Jose Mourinho was furious that Falcao wasn’t awarded a penalty halfway through the second half. I’m not sure what he was expecting the penalty to be awarded for, as Falcao very obviously hit the deck prior to any contact from an oncoming clash with Southampton’s goalkeeper.
Mourinho –who did not want to comment on the decisions that went against his opponents – said he could understand people wanting to hate on him when he was performing well, but that after such an astoundingly poor start to the season, officials should give Chelsea “a break”. I wonder if Arsene Wenger would agree.
The Toon have fallen on hard times
“We’ve got to take encouragement from whatever we can” said Newcastle boss, Steve McClaren after his team’s away game against Manchester City. However, encouragement may not be forthcoming in the wake of turning a goal’s lead into an absolute thumping at the hands of Sergio Aguero.

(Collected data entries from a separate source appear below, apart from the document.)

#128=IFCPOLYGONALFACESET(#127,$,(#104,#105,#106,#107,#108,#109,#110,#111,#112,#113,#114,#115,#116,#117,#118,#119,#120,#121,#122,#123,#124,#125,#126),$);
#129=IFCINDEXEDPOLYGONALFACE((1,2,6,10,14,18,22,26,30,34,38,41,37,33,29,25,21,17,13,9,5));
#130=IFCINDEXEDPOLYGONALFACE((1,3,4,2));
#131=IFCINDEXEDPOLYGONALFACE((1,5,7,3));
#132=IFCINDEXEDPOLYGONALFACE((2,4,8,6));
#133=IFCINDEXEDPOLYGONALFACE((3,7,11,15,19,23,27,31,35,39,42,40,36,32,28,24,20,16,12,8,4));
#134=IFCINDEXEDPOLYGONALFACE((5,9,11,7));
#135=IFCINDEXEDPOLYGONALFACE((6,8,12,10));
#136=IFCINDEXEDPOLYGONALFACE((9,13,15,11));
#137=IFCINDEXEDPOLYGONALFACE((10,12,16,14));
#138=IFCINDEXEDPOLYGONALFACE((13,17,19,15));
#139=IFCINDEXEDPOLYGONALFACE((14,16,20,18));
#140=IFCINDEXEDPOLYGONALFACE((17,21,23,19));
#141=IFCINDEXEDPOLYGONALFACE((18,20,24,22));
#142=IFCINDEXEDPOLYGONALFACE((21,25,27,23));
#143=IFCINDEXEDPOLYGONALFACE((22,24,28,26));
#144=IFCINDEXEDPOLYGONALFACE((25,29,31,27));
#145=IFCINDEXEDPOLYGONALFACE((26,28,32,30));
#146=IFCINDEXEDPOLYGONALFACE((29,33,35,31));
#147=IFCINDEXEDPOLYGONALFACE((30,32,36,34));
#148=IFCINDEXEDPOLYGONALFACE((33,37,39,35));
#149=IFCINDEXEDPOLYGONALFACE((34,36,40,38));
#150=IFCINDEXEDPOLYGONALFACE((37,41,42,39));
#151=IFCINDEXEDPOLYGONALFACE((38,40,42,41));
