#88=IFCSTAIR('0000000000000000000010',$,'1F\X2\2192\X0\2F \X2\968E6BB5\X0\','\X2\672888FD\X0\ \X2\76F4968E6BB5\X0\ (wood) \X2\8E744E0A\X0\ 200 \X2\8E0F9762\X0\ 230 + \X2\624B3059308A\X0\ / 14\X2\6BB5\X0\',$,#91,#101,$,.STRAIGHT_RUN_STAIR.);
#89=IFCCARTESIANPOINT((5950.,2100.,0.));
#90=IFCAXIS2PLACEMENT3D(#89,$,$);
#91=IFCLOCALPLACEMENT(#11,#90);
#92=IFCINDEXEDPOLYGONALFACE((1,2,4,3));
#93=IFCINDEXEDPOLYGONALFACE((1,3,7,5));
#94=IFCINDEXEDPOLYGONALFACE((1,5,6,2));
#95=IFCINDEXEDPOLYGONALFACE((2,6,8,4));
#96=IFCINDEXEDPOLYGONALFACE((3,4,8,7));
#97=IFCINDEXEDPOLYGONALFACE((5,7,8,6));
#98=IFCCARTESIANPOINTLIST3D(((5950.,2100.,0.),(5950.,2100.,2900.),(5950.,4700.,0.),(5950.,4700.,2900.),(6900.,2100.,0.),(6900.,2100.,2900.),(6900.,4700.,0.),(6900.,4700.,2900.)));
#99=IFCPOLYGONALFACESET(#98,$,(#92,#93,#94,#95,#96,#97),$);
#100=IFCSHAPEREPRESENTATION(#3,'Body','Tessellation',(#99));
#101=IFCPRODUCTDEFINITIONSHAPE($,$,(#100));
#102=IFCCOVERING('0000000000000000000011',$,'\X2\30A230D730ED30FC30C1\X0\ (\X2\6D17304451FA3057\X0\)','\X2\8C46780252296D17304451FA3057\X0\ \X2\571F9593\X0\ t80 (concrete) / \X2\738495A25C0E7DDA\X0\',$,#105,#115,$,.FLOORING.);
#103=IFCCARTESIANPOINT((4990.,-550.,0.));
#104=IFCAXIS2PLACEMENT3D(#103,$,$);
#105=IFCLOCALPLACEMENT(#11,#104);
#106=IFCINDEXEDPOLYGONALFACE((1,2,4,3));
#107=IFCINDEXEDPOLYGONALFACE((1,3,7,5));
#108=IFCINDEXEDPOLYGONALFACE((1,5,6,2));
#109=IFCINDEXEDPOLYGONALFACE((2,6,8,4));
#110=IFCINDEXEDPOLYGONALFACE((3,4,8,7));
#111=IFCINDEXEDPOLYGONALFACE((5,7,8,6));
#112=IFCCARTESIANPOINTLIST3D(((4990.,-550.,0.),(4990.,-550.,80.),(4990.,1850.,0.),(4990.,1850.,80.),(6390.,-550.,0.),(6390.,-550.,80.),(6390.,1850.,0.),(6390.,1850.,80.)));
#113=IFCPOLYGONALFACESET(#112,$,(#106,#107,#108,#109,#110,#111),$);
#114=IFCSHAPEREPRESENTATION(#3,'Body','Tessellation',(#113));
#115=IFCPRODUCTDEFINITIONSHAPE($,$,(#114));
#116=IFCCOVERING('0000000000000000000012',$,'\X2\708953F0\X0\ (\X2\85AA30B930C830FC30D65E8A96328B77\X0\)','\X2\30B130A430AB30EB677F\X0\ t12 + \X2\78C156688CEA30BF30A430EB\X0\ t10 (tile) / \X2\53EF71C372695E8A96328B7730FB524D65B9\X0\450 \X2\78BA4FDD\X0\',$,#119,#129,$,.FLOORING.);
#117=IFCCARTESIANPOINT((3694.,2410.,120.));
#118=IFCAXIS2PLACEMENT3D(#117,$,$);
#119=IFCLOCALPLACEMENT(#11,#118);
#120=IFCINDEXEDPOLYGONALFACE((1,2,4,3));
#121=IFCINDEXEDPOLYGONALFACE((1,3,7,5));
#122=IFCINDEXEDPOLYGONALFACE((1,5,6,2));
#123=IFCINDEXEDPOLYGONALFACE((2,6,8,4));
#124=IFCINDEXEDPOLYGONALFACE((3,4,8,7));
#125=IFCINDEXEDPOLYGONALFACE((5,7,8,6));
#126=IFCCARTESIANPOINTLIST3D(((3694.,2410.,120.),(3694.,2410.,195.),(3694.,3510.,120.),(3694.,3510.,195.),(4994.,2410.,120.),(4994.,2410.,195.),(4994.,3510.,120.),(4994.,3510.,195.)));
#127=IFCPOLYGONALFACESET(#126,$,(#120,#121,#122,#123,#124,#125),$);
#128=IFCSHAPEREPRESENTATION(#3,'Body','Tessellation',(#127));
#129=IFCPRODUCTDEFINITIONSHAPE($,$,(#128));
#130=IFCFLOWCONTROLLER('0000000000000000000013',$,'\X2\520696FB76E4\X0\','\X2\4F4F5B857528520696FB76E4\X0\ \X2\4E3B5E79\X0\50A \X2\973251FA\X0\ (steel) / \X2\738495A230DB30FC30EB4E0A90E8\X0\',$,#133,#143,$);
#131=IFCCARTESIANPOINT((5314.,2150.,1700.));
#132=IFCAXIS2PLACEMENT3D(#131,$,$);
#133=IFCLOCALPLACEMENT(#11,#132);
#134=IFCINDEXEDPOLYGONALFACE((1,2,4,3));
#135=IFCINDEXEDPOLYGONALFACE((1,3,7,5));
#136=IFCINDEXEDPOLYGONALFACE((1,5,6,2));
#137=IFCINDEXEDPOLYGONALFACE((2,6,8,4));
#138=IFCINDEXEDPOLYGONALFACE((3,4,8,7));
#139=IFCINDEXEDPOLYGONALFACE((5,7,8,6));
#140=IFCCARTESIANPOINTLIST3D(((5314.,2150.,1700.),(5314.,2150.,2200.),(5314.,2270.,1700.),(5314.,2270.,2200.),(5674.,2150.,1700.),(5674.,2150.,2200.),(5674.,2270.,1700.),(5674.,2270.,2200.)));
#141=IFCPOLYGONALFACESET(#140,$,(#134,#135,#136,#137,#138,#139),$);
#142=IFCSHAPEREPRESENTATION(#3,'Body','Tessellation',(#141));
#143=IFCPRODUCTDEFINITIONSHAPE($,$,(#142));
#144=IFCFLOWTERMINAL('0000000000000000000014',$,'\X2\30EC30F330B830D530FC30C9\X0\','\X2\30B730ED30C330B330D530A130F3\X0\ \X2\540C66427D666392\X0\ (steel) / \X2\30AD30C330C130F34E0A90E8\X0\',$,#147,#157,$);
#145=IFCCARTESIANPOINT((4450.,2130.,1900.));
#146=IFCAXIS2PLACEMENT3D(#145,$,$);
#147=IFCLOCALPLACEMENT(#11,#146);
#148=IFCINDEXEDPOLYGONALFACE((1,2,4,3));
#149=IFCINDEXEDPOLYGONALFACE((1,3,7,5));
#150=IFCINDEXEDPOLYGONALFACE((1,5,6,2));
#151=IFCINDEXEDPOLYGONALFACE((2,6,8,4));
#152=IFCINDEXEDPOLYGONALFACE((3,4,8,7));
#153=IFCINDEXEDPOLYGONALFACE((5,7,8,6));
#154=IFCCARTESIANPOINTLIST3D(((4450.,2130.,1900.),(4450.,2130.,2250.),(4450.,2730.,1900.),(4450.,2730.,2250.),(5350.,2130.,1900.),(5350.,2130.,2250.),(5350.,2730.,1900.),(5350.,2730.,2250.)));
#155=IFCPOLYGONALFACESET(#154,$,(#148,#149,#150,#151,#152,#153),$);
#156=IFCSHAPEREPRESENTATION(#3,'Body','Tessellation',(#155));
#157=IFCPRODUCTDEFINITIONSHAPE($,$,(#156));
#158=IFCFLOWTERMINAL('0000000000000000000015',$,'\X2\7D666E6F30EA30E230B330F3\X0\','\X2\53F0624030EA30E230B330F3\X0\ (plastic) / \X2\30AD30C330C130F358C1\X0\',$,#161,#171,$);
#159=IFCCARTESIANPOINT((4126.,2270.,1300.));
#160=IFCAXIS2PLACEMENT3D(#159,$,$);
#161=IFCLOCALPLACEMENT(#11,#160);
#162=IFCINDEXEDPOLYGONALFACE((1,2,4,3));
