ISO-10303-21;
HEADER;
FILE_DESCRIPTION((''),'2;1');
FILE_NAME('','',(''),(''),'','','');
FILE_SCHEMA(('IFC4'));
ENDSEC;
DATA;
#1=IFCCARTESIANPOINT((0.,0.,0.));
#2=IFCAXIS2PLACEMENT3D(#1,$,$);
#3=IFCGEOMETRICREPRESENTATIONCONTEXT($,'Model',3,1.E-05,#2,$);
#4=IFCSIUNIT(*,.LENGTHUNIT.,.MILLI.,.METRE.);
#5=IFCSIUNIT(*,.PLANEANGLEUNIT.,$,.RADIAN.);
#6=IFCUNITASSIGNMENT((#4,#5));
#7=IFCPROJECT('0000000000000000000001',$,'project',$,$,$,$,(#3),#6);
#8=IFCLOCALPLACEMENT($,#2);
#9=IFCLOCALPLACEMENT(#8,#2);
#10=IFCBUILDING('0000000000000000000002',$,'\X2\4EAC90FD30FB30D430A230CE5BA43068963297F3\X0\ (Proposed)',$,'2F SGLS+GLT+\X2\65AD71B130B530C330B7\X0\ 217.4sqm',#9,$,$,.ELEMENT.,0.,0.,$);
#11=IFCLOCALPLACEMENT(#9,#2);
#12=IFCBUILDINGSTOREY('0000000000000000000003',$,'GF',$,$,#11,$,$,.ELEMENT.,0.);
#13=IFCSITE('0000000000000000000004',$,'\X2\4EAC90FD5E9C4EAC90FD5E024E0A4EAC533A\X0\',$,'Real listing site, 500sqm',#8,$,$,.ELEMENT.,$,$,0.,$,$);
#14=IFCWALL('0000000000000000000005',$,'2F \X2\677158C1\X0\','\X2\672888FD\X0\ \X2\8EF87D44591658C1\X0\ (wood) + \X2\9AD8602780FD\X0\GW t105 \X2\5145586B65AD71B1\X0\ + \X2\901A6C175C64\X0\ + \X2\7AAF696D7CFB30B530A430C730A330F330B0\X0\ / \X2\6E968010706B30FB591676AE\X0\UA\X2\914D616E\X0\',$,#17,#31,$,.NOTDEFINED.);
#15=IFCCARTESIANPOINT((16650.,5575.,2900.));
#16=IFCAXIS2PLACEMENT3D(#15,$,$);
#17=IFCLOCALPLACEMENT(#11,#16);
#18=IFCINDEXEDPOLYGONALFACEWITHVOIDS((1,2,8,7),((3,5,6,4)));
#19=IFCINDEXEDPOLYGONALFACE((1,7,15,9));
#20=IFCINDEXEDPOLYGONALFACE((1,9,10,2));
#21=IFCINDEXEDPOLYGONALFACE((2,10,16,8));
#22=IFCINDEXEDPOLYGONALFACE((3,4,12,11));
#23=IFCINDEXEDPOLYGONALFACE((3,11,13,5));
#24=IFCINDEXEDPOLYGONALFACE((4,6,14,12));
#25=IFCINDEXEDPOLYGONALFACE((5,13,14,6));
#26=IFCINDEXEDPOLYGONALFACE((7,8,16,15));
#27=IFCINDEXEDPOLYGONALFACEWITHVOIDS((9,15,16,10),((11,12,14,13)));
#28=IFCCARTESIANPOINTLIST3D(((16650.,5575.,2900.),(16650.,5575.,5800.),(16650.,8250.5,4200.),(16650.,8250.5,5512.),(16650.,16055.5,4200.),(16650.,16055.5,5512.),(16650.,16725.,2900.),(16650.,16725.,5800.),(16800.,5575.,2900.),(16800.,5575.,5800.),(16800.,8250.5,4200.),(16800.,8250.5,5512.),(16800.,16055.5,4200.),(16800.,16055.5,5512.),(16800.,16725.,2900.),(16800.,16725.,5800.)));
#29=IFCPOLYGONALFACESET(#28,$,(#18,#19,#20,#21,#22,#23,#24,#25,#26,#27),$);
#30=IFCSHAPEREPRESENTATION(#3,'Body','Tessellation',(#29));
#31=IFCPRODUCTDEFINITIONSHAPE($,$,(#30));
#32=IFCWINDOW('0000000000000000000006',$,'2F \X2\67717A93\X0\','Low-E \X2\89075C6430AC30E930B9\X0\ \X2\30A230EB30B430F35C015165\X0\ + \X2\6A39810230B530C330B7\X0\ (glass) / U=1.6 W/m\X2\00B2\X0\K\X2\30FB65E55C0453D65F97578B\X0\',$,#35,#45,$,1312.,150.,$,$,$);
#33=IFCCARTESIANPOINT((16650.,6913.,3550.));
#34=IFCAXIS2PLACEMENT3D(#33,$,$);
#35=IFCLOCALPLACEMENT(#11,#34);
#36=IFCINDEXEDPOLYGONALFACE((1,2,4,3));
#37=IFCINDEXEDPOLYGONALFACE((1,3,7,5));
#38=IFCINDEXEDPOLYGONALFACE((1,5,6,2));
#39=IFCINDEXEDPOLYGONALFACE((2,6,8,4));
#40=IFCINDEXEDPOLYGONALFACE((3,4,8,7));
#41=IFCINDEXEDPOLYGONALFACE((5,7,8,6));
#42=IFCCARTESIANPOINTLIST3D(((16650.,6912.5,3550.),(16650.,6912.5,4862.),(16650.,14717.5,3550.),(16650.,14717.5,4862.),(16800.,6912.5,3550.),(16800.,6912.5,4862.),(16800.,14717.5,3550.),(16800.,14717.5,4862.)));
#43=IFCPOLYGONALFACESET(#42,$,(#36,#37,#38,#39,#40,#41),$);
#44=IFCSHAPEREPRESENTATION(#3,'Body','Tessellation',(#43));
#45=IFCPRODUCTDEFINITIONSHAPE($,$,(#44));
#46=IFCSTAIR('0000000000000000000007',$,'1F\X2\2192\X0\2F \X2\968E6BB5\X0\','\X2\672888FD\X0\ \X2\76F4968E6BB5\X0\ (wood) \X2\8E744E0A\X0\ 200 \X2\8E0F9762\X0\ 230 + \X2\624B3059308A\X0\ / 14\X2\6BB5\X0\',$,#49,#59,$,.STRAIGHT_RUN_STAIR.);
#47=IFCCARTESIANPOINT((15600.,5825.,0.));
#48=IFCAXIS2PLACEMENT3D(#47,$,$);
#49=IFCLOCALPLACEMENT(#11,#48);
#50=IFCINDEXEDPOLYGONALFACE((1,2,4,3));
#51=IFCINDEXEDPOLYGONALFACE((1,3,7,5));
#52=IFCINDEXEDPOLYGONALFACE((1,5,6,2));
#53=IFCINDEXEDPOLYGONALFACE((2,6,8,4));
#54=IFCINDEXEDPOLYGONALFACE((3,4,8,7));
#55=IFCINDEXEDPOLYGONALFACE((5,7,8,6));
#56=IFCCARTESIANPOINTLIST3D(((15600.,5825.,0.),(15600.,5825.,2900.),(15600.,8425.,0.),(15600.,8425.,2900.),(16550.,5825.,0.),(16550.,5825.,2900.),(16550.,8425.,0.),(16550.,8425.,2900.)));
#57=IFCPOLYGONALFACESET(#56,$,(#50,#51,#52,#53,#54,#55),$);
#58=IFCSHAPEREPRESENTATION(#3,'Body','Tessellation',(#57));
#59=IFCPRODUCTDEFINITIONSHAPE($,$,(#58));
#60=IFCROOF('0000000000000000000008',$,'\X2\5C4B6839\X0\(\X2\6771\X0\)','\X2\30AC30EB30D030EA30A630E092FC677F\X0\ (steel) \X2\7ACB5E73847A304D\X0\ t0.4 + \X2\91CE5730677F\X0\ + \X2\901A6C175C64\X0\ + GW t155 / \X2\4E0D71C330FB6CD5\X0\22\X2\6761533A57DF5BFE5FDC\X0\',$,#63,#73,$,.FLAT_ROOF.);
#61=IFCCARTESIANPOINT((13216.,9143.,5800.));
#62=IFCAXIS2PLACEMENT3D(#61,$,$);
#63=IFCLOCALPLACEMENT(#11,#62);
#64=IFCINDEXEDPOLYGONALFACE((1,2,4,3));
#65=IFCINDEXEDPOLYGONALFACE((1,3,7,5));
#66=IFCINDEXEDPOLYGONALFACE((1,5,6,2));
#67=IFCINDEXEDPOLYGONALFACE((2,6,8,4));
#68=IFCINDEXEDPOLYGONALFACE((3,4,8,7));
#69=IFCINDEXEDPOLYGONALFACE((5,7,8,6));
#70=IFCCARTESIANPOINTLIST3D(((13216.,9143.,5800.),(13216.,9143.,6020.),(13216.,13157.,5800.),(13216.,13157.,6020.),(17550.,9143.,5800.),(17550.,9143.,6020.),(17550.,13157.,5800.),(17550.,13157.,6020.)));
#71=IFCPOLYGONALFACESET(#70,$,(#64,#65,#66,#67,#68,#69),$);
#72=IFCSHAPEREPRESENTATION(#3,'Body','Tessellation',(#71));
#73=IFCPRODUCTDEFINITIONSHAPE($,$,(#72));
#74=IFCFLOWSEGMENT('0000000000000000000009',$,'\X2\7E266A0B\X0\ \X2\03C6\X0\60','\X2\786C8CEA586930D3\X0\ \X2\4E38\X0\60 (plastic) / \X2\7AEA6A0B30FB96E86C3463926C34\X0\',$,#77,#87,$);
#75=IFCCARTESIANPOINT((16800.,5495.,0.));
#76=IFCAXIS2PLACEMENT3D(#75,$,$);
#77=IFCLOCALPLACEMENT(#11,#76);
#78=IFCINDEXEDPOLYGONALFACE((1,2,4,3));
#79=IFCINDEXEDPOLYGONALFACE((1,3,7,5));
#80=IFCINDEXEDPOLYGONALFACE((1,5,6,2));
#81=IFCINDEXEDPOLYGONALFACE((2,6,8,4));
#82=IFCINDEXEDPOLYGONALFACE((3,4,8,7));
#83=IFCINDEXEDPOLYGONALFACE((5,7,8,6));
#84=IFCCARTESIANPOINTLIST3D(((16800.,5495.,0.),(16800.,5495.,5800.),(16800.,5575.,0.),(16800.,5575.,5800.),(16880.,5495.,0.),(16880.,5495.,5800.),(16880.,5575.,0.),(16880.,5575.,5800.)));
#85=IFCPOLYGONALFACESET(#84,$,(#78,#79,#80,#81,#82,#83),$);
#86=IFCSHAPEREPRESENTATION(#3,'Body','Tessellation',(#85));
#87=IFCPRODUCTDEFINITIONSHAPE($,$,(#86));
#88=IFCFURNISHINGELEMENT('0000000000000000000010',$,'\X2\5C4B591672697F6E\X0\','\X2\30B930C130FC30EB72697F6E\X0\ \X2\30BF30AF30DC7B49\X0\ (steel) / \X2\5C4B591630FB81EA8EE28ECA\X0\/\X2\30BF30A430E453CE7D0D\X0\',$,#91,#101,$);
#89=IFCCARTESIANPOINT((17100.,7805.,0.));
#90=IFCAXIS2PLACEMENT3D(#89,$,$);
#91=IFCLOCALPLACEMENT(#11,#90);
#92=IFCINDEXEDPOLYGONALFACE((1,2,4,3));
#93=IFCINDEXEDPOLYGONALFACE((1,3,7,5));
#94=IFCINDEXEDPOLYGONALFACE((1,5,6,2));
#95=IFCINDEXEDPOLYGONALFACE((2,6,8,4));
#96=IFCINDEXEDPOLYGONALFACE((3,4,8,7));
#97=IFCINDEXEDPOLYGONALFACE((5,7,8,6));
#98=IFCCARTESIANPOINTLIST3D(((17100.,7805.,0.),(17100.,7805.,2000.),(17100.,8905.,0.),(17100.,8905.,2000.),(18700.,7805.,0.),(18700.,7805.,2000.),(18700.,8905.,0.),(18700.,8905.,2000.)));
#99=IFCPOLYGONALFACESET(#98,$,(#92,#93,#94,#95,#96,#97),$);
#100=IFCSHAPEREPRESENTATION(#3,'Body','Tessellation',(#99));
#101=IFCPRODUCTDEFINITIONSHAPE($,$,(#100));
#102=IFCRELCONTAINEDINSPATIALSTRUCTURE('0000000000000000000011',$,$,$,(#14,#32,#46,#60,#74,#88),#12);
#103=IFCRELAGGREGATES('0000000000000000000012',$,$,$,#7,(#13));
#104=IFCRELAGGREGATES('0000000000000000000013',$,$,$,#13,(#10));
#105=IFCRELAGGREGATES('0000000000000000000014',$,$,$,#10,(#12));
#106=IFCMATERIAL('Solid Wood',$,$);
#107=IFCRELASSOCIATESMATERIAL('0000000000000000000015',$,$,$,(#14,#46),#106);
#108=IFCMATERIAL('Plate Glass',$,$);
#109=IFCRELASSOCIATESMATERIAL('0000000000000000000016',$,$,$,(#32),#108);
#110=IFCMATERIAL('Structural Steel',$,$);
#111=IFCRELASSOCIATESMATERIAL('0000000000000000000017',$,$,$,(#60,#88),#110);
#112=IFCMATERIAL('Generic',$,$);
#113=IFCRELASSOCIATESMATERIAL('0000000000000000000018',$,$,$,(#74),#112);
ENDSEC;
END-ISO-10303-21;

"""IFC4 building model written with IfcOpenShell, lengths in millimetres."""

from ifc_helpers import new_model, si_unit, frame, frame_2d, origin, place, context, project, spatial, rectangle, extrude, material, element, fill, save


model = new_model("IFC4")

# Units and contexts
model_context = context("Model", 3, precision=1e-05, world=origin())
ifc_project = project(units=[si_unit("LENGTHUNIT", "METRE", prefix="MILLI"), si_unit("PLANEANGLEUNIT", "RADIAN")], contexts=[model_context])

# Site, building, storey
site_placement = place(None, origin())
site = spatial("IfcSite", under=ifc_project, at=site_placement, Name="京都府京都市上京区", ObjectType="Real listing site, 500sqm", CompositionType="ELEMENT", RefElevation=0.0)
building_placement = place(site_placement, origin())
building = spatial("IfcBuilding", under=site, at=building_placement, Name="京都・ピアノ室と防音 (Proposed)", ObjectType="2F SGLS+GLT+断熱サッシ 217.4sqm", CompositionType="ELEMENT", ElevationOfRefHeight=0.0, ElevationOfTerrain=0.0)
storey_placement = place(building_placement, origin())
storey = spatial("IfcBuildingStorey", under=building, at=storey_placement, Name="GF", CompositionType="ELEMENT", Elevation=0.0)

# Shared definitions
ifc_material_1 = material(Name="Solid Wood")

# Wall, opening, window
ifc_material_2 = material(Name="Plate Glass")
wall_1_placement = place(storey_placement, frame((16650.0, 5575.0, 2900.0)))
wall_1 = element("IfcWall", 1, at=wall_1_placement, inside=storey, material=ifc_material_1, Name="2F 東壁", Description="木製 軸組外壁 (wood) + 高性能GW t105 充填断熱 + 通気層 + 窯業系サイディング / 準耐火・外皮UA配慮", PredefinedType="NOTDEFINED", context=model_context, shape_type="SweptSolid", body=[
    extrude(rectangle(XDim=150.0, YDim=11150.0, at=frame_2d((75.0, 5575.0))), frame((16650.0, 5575.0, 2900.0)), (0.0, 0.0, 1.0), 2900.0),
])
opening_1_placement = place(storey_placement, frame((16650.0, 6913.0, 3550.0)))
opening_1 = element("IfcOpeningElement", 2, at=opening_1_placement, cuts=wall_1, PredefinedType="NOTDEFINED", context=model_context, shape_type="SweptSolid", body=[
    extrude(rectangle(XDim=150.0, YDim=7805.0, at=frame_2d((75.0, 3902.0))), frame((16650.0, 6913.0, 3550.0)), (0.0, 0.0, 1.0), 1312.0),
])
window_1_placement = place(storey_placement, frame((16650.0, 6913.0, 3550.0)))
window_1 = element("IfcWindow", 3, at=window_1_placement, inside=storey, material=ifc_material_2, Name="2F 東窓", Description="Low-E 複層ガラス アルゴン封入 + 樹脂サッシ (glass) / U=1.6 W/m²K・日射取得型", OverallHeight=1312.0, OverallWidth=150.0, context=model_context, shape_type="SweptSolid", body=[
    extrude(rectangle(XDim=150.0, YDim=7805.0, at=frame_2d((75.0, 3902.0))), frame((16650.0, 6913.0, 3550.0)), (0.0, 0.0, 1.0), 1312.0),
])
fill(opening_1, window_1)

# Stair
stair_placement = place(storey_placement, frame((15600.0, 5825.0, 0.0)))
element("IfcStair", 4, at=stair_placement, inside=storey, material=ifc_material_1, Name="1F→2F 階段", Description="木製 直階段 (wood) 蹴上 200 踏面 230 + 手すり / 14段", PredefinedType="STRAIGHT_RUN_STAIR", context=model_context, shape_type="SweptSolid", body=[
    extrude(rectangle(XDim=950.0, YDim=2600.0, at=frame_2d((475.0, 1300.0))), frame((15600.0, 5825.0, 0.0)), (0.0, 0.0, 1.0), 2900.0),
])

# Roof
ifc_material_3 = material(Name="Structural Steel")
roof_placement = place(storey_placement, frame((13216.0, 9143.0, 5800.0)))
element("IfcRoof", 5, at=roof_placement, inside=storey, material=ifc_material_3, Name="屋根(東)", Description="ガルバリウム鋼板 (steel) 立平葺き t0.4 + 野地板 + 通気層 + GW t155 / 不燃・法22条区域対応", PredefinedType="FLAT_ROOF", context=model_context, shape_type="SweptSolid", body=[
    extrude(rectangle(XDim=4334.0, YDim=4014.0, at=frame_2d((2167.0, 2007.0))), frame((13216.0, 9143.0, 5800.0)), (0.0, 0.0, 1.0), 220.0),
])

# Flow segment
ifc_material_4 = material(Name="Generic")
flow_segment_placement = place(storey_placement, frame((16800.0, 5495.0, 0.0)))
element("IfcFlowSegment", 6, at=flow_segment_placement, inside=storey, material=ifc_material_4, Name="縦樋 φ60", Description="硬質塩ビ 丸60 (plastic) / 竪樋・雨水排水", context=model_context, shape_type="SweptSolid", body=[
    extrude(rectangle(XDim=80.0, YDim=80.0, at=frame_2d((40.0, 40.0))), frame((16800.0, 5495.0, 0.0)), (0.0, 0.0, 1.0), 5800.0),
])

Newcastle looked stronger in the first half, holding their goal lead right up until the end of the half, when Aguero levelled the playing field. It looks like there were stern words from a frustrated Pellegrini in City’s locker room at half time, while McClaren apparently struggled to gee his team up, as two almost completely different teams strode back onto the pitch on the second half. De Bruyne spearheaded City’s campaign with a goal in the 53rd minute, but it was Aguero who more than consolidated the victory with an astonishing four further goals – almost a sixth of the goals scored over the whole weekend. He now joins a list of only five other players in the history of the Premier League to have scored five goals in one game.
Pardew and Pulis are on opposite paths
Who will be Sunderland’s next random selection in the “average manager lucky dip”, I wonder. At least Alan Pardew won’t be in the running on this occasion.
Pardew’s Crystal Palace were “very, very good”, noted the understandably chuffed boss as he ended the Baggies run of away-game clean sheets. Tony Pulis – Palace’s former manager and another I normally associate with the aforementioned lucky dip – was less pleased, commenting on a barely recognisable side to the one that just about beat Aston Villa several weeks ago. You know you’re in trouble when beating Villa is cited as the benchmark for success.
In Arsene the Gunners can still trust (sometimes)
With the exception of their European woe, I reckon overall it’s been a good week for Arsene Wenger. I imagine it’s quite fun seeing the man who once branded him a “specialist in failure” doing so badly, for a start. I imagine it’s also quite nice seeing your team win a few games – convincingly so, too. It’s probably even better when it’s against Manchester United you thump (and no pizzas were harmed in the making of the victory).
And what a thumping it was, with Sanchez scoring two goals and Ozil another – all in the opening 20 minutes. United were able to make something of a comeback, ultimately dominating possession during the game… but they just could not get past Petr Cech, who was back on the pitch after his controversial omission from the squad earlier in the week. The win lifts the Gunners to second in the league and gives Wenger a reason to feel like he’s got one over on his critics.